Am J Psychiatry 1998;155:1464-1464.
View Author and Article Information
San Francisco, Calif.

Letters to the Editor

To the Editor: As I interpret the findings, Dr. Drew Westen’s excellent article R4915510CEBCGGFD on personality disorder diagnoses indicates that we are not yet in a scientifically acceptable place with the categories provided by DSM-IV. In his well-written editorial response to this important finding, Gabbard—perhaps a bit tongue-in-cheek—suggests that there be one diagnostic system for clinicians and another for researchers R4915510CEBCDFII. I think we need one diagnostic system, and DSM-IV axis II does not provide the needed solution to the problem of categorizing personality disorders. As just one example, someone with a histrionic personality style could be normal, neurotic, narcissistic, borderline, or fragmented in terms of coherence of identity and continuity of regard for significant others.
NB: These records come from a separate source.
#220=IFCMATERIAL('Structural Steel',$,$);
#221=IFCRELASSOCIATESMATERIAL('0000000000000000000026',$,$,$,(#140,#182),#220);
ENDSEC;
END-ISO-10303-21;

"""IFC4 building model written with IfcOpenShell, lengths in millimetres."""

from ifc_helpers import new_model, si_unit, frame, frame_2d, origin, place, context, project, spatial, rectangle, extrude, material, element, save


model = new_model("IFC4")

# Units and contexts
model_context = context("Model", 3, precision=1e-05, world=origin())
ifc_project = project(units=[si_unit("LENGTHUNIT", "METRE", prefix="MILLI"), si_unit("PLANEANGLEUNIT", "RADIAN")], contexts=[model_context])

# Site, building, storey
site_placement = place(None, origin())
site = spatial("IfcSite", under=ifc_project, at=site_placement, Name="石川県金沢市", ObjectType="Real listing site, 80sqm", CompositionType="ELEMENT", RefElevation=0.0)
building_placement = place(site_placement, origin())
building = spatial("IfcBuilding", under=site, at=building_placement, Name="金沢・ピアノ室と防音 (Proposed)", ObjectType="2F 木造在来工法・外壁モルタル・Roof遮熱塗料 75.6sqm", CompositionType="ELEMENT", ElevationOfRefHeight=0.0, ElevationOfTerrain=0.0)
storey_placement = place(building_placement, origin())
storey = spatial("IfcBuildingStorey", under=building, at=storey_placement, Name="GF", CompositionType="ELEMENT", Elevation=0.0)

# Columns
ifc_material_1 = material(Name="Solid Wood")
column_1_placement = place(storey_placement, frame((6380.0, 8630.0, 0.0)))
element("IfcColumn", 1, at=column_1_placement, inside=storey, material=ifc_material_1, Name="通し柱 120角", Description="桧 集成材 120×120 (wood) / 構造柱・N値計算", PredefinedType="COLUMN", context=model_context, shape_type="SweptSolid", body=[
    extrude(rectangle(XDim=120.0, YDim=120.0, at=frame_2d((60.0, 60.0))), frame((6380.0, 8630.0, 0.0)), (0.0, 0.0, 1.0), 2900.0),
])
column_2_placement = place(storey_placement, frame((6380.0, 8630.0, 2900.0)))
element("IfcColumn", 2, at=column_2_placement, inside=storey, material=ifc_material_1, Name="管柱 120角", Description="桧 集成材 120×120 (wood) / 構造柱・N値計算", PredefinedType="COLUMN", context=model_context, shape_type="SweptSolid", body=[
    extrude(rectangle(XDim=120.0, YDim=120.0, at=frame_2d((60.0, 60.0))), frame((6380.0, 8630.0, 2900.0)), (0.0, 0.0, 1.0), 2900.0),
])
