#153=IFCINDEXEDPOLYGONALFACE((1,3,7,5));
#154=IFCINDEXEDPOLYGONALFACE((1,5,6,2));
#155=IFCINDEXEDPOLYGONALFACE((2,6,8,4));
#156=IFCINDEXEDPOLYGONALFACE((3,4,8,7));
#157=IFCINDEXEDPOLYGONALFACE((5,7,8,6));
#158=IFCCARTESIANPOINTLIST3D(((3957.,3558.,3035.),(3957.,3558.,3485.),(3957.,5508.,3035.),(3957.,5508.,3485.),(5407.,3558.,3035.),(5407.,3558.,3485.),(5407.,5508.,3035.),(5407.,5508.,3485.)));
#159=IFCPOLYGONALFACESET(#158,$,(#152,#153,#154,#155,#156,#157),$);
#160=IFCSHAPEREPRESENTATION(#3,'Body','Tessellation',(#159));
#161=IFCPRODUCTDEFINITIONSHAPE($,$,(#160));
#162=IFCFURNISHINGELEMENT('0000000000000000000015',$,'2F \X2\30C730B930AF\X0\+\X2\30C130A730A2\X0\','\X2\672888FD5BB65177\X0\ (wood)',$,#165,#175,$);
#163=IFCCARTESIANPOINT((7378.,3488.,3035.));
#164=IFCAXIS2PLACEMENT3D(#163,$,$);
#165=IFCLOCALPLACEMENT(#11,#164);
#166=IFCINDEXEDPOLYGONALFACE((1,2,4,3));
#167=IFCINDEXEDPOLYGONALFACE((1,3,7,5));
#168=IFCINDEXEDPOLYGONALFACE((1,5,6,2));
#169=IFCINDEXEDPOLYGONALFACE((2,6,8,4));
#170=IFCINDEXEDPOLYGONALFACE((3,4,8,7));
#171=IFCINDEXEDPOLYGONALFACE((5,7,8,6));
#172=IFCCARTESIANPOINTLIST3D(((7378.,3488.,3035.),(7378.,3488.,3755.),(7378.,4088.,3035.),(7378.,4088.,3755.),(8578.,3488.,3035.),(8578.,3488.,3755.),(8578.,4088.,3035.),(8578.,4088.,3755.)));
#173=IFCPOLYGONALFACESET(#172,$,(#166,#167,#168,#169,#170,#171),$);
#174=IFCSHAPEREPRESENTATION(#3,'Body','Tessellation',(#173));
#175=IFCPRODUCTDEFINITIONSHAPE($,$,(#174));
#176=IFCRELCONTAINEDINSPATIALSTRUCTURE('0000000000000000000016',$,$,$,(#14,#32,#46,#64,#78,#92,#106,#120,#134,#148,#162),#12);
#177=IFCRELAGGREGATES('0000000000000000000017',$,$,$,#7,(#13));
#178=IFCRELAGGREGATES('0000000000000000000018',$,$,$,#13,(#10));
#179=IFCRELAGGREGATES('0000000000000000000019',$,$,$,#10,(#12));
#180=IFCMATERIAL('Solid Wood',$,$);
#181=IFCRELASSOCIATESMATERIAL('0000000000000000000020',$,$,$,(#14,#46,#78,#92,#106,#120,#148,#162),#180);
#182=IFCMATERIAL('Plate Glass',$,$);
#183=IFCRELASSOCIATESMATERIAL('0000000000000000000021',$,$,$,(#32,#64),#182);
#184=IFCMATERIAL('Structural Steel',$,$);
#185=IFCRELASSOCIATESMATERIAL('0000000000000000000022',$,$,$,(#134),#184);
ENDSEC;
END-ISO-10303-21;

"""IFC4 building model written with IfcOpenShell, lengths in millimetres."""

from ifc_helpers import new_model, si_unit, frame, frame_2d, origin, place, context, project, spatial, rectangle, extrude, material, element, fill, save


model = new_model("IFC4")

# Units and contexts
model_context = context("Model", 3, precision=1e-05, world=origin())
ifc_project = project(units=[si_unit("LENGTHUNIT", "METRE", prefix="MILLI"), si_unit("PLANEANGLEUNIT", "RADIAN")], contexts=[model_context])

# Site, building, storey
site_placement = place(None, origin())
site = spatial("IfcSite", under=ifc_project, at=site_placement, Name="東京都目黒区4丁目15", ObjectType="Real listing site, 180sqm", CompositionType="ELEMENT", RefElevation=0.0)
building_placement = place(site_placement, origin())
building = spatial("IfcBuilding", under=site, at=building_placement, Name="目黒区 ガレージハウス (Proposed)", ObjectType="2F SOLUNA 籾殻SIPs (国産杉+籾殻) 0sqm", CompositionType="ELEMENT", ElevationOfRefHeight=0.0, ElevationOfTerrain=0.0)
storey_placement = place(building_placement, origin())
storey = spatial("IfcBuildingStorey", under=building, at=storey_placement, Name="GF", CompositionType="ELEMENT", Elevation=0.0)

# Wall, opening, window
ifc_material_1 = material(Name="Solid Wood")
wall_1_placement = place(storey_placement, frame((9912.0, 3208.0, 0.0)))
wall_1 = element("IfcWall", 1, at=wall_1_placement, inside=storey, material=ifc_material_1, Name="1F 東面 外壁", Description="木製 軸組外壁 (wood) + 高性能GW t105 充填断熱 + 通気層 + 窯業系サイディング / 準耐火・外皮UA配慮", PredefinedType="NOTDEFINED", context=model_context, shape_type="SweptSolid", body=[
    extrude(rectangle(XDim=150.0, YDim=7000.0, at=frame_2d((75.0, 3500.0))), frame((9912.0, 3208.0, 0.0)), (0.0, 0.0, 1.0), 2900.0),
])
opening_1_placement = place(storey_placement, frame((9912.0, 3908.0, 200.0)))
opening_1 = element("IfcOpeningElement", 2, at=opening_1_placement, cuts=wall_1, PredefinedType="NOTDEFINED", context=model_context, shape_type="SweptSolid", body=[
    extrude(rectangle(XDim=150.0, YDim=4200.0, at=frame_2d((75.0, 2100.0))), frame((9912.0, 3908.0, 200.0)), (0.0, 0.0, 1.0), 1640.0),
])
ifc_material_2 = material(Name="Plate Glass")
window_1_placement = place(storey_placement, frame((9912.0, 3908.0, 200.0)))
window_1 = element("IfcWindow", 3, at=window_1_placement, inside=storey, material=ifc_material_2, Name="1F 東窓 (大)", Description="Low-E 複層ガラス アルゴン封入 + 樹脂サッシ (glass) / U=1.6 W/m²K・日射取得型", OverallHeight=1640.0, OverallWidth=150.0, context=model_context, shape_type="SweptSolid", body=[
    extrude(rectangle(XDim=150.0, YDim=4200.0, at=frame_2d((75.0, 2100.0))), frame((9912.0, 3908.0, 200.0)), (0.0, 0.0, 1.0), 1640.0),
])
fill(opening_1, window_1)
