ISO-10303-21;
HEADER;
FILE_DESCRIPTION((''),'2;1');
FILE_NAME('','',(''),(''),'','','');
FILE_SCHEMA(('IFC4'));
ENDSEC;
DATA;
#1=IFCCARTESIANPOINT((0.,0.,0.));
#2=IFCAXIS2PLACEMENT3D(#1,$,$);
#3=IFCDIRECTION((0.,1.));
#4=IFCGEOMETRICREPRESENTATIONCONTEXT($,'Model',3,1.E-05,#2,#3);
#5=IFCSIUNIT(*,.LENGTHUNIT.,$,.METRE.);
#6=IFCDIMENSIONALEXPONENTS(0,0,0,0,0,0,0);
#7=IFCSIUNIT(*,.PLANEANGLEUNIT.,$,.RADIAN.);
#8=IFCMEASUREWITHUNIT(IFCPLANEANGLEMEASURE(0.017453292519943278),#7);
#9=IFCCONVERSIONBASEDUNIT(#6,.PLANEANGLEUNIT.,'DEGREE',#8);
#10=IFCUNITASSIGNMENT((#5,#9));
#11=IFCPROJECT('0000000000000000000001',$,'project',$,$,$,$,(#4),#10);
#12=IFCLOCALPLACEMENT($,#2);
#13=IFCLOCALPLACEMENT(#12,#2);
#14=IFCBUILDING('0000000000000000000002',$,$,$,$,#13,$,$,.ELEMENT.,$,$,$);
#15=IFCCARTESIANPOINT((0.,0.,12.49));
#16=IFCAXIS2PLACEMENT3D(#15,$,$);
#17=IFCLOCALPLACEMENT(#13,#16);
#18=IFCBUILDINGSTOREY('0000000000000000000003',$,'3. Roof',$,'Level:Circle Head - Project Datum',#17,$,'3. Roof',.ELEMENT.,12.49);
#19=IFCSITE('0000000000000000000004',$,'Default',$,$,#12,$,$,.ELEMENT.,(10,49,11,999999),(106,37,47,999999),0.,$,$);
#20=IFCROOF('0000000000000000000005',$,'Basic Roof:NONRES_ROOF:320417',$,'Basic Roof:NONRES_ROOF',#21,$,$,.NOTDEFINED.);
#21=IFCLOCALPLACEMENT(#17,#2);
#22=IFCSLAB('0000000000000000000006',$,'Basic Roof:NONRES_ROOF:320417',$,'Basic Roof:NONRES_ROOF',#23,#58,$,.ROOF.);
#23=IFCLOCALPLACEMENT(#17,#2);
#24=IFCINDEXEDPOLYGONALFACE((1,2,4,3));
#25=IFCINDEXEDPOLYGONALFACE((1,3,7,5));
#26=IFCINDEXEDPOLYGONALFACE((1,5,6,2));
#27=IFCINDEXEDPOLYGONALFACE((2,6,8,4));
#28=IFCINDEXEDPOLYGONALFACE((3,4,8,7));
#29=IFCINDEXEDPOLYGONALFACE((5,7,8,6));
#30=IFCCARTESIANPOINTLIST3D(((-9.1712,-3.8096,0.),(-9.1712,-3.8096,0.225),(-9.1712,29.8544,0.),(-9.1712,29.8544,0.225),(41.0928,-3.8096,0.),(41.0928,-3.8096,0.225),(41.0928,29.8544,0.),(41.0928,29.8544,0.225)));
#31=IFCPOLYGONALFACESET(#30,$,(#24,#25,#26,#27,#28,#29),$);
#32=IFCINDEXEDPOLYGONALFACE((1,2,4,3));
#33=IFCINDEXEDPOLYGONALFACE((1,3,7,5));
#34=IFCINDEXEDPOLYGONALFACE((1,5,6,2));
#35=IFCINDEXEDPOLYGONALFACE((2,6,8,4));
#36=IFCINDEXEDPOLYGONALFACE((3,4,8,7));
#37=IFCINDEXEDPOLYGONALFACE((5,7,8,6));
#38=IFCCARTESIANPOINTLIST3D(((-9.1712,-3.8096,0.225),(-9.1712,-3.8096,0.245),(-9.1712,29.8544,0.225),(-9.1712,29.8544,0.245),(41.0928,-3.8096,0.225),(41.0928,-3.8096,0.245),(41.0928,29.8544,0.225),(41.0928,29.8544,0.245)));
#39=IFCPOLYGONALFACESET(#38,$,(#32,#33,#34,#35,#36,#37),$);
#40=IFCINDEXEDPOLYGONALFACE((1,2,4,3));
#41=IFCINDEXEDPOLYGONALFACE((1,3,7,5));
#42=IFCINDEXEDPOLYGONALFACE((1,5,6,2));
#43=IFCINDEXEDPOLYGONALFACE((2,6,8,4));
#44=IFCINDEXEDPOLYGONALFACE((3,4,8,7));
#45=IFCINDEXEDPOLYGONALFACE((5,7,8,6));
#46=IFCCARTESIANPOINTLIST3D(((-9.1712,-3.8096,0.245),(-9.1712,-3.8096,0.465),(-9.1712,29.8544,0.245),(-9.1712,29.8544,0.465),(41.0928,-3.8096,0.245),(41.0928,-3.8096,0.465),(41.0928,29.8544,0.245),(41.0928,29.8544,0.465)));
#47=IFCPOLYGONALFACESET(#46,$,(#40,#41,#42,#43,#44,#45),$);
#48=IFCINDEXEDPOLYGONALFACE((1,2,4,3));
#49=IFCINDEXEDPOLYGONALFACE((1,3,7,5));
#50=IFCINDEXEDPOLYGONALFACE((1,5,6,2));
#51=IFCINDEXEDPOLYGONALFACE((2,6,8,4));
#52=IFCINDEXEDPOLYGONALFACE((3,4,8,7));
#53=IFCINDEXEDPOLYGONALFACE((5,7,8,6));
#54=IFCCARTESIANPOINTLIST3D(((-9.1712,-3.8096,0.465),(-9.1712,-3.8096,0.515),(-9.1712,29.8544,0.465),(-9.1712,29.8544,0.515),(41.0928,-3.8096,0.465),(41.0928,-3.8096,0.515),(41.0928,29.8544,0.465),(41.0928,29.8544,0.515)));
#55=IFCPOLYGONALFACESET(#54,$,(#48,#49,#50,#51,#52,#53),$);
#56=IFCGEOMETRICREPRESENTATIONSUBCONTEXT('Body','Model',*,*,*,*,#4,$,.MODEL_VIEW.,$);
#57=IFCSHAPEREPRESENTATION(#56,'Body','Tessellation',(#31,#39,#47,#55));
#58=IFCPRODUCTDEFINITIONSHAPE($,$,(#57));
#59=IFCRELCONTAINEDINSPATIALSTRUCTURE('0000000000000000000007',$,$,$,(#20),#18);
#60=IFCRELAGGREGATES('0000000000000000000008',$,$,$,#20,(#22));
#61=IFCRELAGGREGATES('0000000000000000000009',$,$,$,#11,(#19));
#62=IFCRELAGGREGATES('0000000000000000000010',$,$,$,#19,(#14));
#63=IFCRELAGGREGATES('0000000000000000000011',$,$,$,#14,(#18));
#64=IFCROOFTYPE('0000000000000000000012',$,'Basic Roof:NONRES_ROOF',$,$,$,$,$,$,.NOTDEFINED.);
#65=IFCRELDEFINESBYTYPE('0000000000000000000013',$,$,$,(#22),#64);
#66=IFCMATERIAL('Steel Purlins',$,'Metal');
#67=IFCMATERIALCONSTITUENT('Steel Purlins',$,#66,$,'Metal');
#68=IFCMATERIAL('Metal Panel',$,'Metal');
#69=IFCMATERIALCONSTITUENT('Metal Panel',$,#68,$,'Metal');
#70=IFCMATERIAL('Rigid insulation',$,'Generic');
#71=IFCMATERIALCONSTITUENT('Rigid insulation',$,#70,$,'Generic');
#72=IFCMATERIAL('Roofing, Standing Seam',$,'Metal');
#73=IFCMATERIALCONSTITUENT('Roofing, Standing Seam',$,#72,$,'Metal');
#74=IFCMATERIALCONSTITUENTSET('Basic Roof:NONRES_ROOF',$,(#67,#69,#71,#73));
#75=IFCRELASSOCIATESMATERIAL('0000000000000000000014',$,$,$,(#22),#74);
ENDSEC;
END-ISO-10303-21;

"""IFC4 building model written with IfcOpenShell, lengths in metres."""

from ifc_helpers import new_model, entity, si_unit, converted_unit, direction, frame, origin, place, context, subcontext, project, spatial, indexed_curve, outline, extrude, material, constituent, constituent_set, type_object, element, aggregate, save


model = new_model("IFC4")

# Units and contexts
model_context = context("Model", 3, precision=1e-05, world=origin(), true_north=direction((0.0, 1.0)))
body_context = subcontext(model_context, "Body", "Model", "MODEL_VIEW")
ifc_project = project(units=[si_unit("LENGTHUNIT", "METRE"), converted_unit("PLANEANGLEUNIT", "DEGREE", entity("IfcPlaneAngleMeasure", 0.017453292519943278), si_unit("PLANEANGLEUNIT", "RADIAN"), dimensions=[0, 0, 0, 0, 0, 0, 0])], contexts=[model_context])

# Site, building, storey
site_placement = place(None, origin())
site = spatial("IfcSite", under=ifc_project, at=site_placement, Name="Default", CompositionType="ELEMENT", RefLatitude=(10, 49, 11, 999999), RefLongitude=(106, 37, 47, 999999), RefElevation=0.0)
building_placement = place(site_placement, origin())
building = spatial("IfcBuilding", under=site, at=building_placement, CompositionType="ELEMENT")
storey_placement = place(building_placement, frame((0.0, 0.0, 12.49)))
storey = spatial("IfcBuildingStorey", under=building, at=storey_placement, Name="3. Roof", ObjectType="Level:Circle Head - Project Datum", LongName="3. Roof", CompositionType="ELEMENT", Elevation=12.49)

# Roof, slab
roof_placement = place(storey_placement, frame((-9.1712, -3.8096, 0.0)))
roof = element("IfcRoof", 1, at=roof_placement, inside=storey, Name="Basic Roof:NONRES_ROOF:320417", ObjectType="Basic Roof:NONRES_ROOF", PredefinedType="NOTDEFINED")
ifc_material_1 = material(Name="Steel Purlins", Category="Metal")
ifc_constituent_1 = constituent(ifc_material_1, Name="Steel Purlins", Category="Metal")
ifc_material_2 = material(Name="Metal Panel", Category="Metal")
ifc_constituent_2 = constituent(ifc_material_2, Name="Metal Panel", Category="Metal")
ifc_material_3 = material(Name="Rigid insulation", Category="Generic")
ifc_constituent_3 = constituent(ifc_material_3, Name="Rigid insulation", Category="Generic")
ifc_material_4 = material(Name="Roofing, Standing Seam", Category="Metal")
ifc_constituent_4 = constituent(ifc_material_4, Name="Roofing, Standing Seam", Category="Metal")
ifc_constituent_set = constituent_set(constituents=[ifc_constituent_1, ifc_constituent_2, ifc_constituent_3, ifc_constituent_4], Name="Basic Roof:NONRES_ROOF")
roof_type = type_object("IfcRoofType", Name="Basic Roof:NONRES_ROOF", PredefinedType="NOTDEFINED")
slab_placement = place(roof_placement, origin())
slab = element("IfcSlab", 2, at=slab_placement, type_object=roof_type, material=ifc_constituent_set, Name="Basic Roof:NONRES_ROOF:320417", ObjectType="Basic Roof:NONRES_ROOF", PredefinedType="ROOF", context=body_context, shape_type="SweptSolid", body=[
    extrude(outline(indexed_curve([(-25.132, 16.832), (-25.132, -16.832), (25.132, -16.832), (25.132, 16.832), (-25.132, 16.832)], self_intersect=False)), frame((25.132, 16.832, 0.0)), (0.0, 0.0, 1.0), 0.225),
    extrude(outline(indexed_curve([(-25.132, 16.832), (-25.132, -16.832), (25.132, -16.832), (25.132, 16.832), (-25.132, 16.832)], self_intersect=False)), frame((25.132, 16.832, 0.225)), (0.0, 0.0, 1.0), 0.02),
    extrude(outline(indexed_curve([(-25.132, 16.832), (-25.132, -16.832), (25.132, -16.832), (25.132, 16.832), (-25.132, 16.832)], self_intersect=False)), frame((25.132, 16.832, 0.245)), (0.0, 0.0, 1.0), 0.22),
    extrude(outline(indexed_curve([(-25.132, 16.832), (-25.132, -16.832), (25.132, -16.832), (25.132, 16.832), (-25.132, 16.832)], self_intersect=False)), frame((25.132, 16.832, 0.465)), (0.0, 0.0, 1.0), 0.05),
])
aggregate(roof, [slab])

save(model, "model.ifc")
I completely agree with Westen and Gabbard that observation of patients’ behavioral patterns during interviews and analysis of their narratives about self-other relationships and identity experiences are key to both personality diagnosis and case formulations. The problem that leads to the multi­diagnosis of any one patient by too many personality disorder categories is with the theory of diagnoses in the DSM-IV definitions. These definitions are excessively slanted by the menu-driven approach for axis I disorders. More important, these definitions are not scientific products based on empirical validity; they do not even have much basis in empirical reality. They are expedient compromises arrived at by committees with internal disagreements and by superiors to committees trying to meld apples and oranges. Unfortunately, the operations of NIMH study sections in reviewing grants to do research in this area tend to reify rather than revise the system. What a mistake this will be if these poor diagnostic personality disorder definitions were to remain static (and I say that even though I feel my own work has been very well represented in how the histrionic and narcissistic personality disorder categories have been defined in DSM-IV).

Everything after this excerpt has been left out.